那些被淹的田地,她指导农户改种生长期短的荞麦、绿豆,尽量减少损失。
忙碌了十来天,总算把损失降到最低。
但这场雨,也让沈清弦看到了问题:郢州的水利,太差了。
她找来吴知府,摊开郢州地图:“吴大人,你看。郢州多山,雨水来得快,去得也快。没有水库蓄水,没有好渠道引水,旱时旱死,涝时涝死。这样不行。”
吴知府苦笑:“娘娘,下官何尝不知道。但修水利……难啊。钱,人,技术,都缺。”
“缺就补。”沈清弦坚定道,“今年秋收后,咱们就着手修水利。钱,朝廷拨一部分,地方筹一部分。人,百姓出工,按工给钱粮。技术……我写信回京,让工部派水利专家来。”
吴知府眼睛亮了:“娘娘……当真?”
“当真。”沈清弦道,“不但要修,还要修好。要修能蓄水的水库,能排涝的沟渠,能灌溉的水车。让郢州百姓,从此不怕旱,不怕涝。”
吴知府激动得浑身发抖,扑通跪下:“娘娘!郢州百姓……永世不忘您的大恩!”
沈清弦扶起他:“吴大人,这是咱们该做的。”
水利的事提上日程,沈清弦又开始琢磨别的。
她发现,郢州山多,野生资源丰富。山上有各种果树,有药材,有菌菇。但这些资源,百姓要么不会用,要么用不好。

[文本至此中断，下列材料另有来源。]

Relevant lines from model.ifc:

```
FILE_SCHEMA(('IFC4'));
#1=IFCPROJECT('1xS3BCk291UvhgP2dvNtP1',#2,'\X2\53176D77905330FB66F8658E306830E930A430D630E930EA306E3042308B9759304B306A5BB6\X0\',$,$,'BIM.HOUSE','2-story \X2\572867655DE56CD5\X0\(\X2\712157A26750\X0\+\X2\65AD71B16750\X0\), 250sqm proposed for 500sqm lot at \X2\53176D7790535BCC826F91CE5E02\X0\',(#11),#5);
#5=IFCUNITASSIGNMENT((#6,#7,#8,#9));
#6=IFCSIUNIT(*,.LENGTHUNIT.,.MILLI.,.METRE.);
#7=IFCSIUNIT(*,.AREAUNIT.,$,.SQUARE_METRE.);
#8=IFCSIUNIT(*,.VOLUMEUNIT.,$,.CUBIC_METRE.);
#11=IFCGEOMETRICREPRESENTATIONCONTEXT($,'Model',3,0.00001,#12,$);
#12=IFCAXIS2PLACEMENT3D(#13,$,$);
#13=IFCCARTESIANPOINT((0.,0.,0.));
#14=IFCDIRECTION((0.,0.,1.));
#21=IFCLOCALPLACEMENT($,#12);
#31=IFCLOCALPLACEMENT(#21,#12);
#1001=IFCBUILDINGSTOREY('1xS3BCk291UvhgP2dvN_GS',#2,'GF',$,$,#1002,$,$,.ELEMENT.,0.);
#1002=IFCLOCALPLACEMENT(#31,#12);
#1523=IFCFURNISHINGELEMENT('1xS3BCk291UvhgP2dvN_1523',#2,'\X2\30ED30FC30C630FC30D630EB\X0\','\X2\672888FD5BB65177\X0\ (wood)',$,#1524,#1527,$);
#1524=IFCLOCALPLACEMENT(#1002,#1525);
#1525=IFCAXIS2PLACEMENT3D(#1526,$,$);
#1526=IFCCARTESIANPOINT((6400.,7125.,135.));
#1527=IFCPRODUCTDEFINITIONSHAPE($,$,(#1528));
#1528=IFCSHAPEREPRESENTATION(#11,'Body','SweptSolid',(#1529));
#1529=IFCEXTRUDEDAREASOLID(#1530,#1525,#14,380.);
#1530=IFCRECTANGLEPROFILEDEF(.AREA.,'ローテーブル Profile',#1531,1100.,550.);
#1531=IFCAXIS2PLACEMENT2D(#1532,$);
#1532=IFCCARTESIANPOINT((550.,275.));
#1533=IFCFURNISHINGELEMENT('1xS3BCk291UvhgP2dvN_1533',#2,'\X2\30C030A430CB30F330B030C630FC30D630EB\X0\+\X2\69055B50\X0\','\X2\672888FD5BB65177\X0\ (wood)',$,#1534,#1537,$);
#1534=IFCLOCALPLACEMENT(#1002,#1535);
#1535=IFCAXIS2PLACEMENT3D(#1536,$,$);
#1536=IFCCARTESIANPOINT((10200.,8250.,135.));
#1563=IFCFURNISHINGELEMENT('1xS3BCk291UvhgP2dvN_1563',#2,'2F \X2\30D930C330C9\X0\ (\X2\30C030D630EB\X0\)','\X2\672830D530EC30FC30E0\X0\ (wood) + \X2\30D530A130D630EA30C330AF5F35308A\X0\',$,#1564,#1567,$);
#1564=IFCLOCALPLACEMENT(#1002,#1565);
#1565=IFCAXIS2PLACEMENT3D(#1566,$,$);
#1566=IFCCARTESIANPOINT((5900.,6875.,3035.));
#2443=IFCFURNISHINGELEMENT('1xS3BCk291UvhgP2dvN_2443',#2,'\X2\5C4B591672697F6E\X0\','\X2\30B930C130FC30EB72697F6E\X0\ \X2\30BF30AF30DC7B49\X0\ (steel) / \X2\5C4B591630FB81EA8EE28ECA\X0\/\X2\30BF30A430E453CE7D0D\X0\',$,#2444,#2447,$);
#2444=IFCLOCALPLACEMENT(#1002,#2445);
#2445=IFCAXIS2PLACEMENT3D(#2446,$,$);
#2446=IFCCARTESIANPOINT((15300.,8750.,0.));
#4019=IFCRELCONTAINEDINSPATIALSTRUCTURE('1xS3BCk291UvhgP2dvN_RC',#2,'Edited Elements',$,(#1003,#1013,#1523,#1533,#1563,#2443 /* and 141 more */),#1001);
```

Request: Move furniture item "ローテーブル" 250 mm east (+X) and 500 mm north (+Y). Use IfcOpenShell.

```python
import ifcopenshell
import ifcopenshell.api.geometry
import ifcopenshell.util.placement
import ifcopenshell.util.unit

model = ifcopenshell.open("model.ifc")
unit_scale = ifcopenshell.util.unit.calculate_unit_scale(model)

item = model.by_id(1523)
matrix = ifcopenshell.util.placement.get_local_placement(item.ObjectPlacement)
matrix[0, 3] += 0.25 / unit_scale
matrix[1, 3] += 0.5 / unit_scale
ifcopenshell.api.geometry.edit_object_placement(model, product=item, matrix=matrix, is_si=False)

print(ifcopenshell.util.placement.get_local_placement(item.ObjectPlacement).round(3) + 0.0)

model.write("model_edited.ifc")
```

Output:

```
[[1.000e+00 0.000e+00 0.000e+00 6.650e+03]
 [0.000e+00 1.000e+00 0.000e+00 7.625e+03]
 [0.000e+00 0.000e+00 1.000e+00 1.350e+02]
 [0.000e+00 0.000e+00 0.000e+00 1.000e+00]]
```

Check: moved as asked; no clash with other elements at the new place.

她组织人上山考察,请来老药农、老果农,辨认品种,研究种植技术。
她还从外地请来师傅,教百姓加工山货:野果做成果脯,药材炮制成药,菌菇晾晒成干。
小主,
这些山货卖到山外,价格比粮食高得多。
渐渐地,郢州百姓的收入来源多了。不单靠种地,还有手艺,还有山货。
日子,真的在变好。
八月,秋收开始。
最先成熟的是早玉米。当金黄的玉米棒子掰下来,堆成小山时,百姓们笑得合不拢嘴。
接着是豆类,是红薯,是高粱。
最后,是木薯。
收木薯那天,几乎全村出动。大家挥舞着特制的木薯镐,挖开土,拔出一个个粗壮的块根。
最大的木薯,有成人小腿粗,一支就有十来斤重。
百姓们把木薯堆在地头,像一座座小山。他们围着木薯堆,又唱又跳,像过节一样。
沈清弦也在地里,手上、身上都是泥,但脸上是灿烂的笑。
萧彻站在田埂上,看着这一幕,心中感慨万千。
半年多前,这里还是穷山恶水,百姓面有菜色。半年多后,这里庄稼丰收,百姓笑逐颜开。
改变的,不只是收成,还有人心。
一个老农捧着几个大木薯,走到沈清弦面前,扑通跪下:“娘娘!这木薯……亩产至少三千斤!三千斤啊!往年种玉米,亩产三百斤就是好年景了!这是……这是十倍的收成啊!”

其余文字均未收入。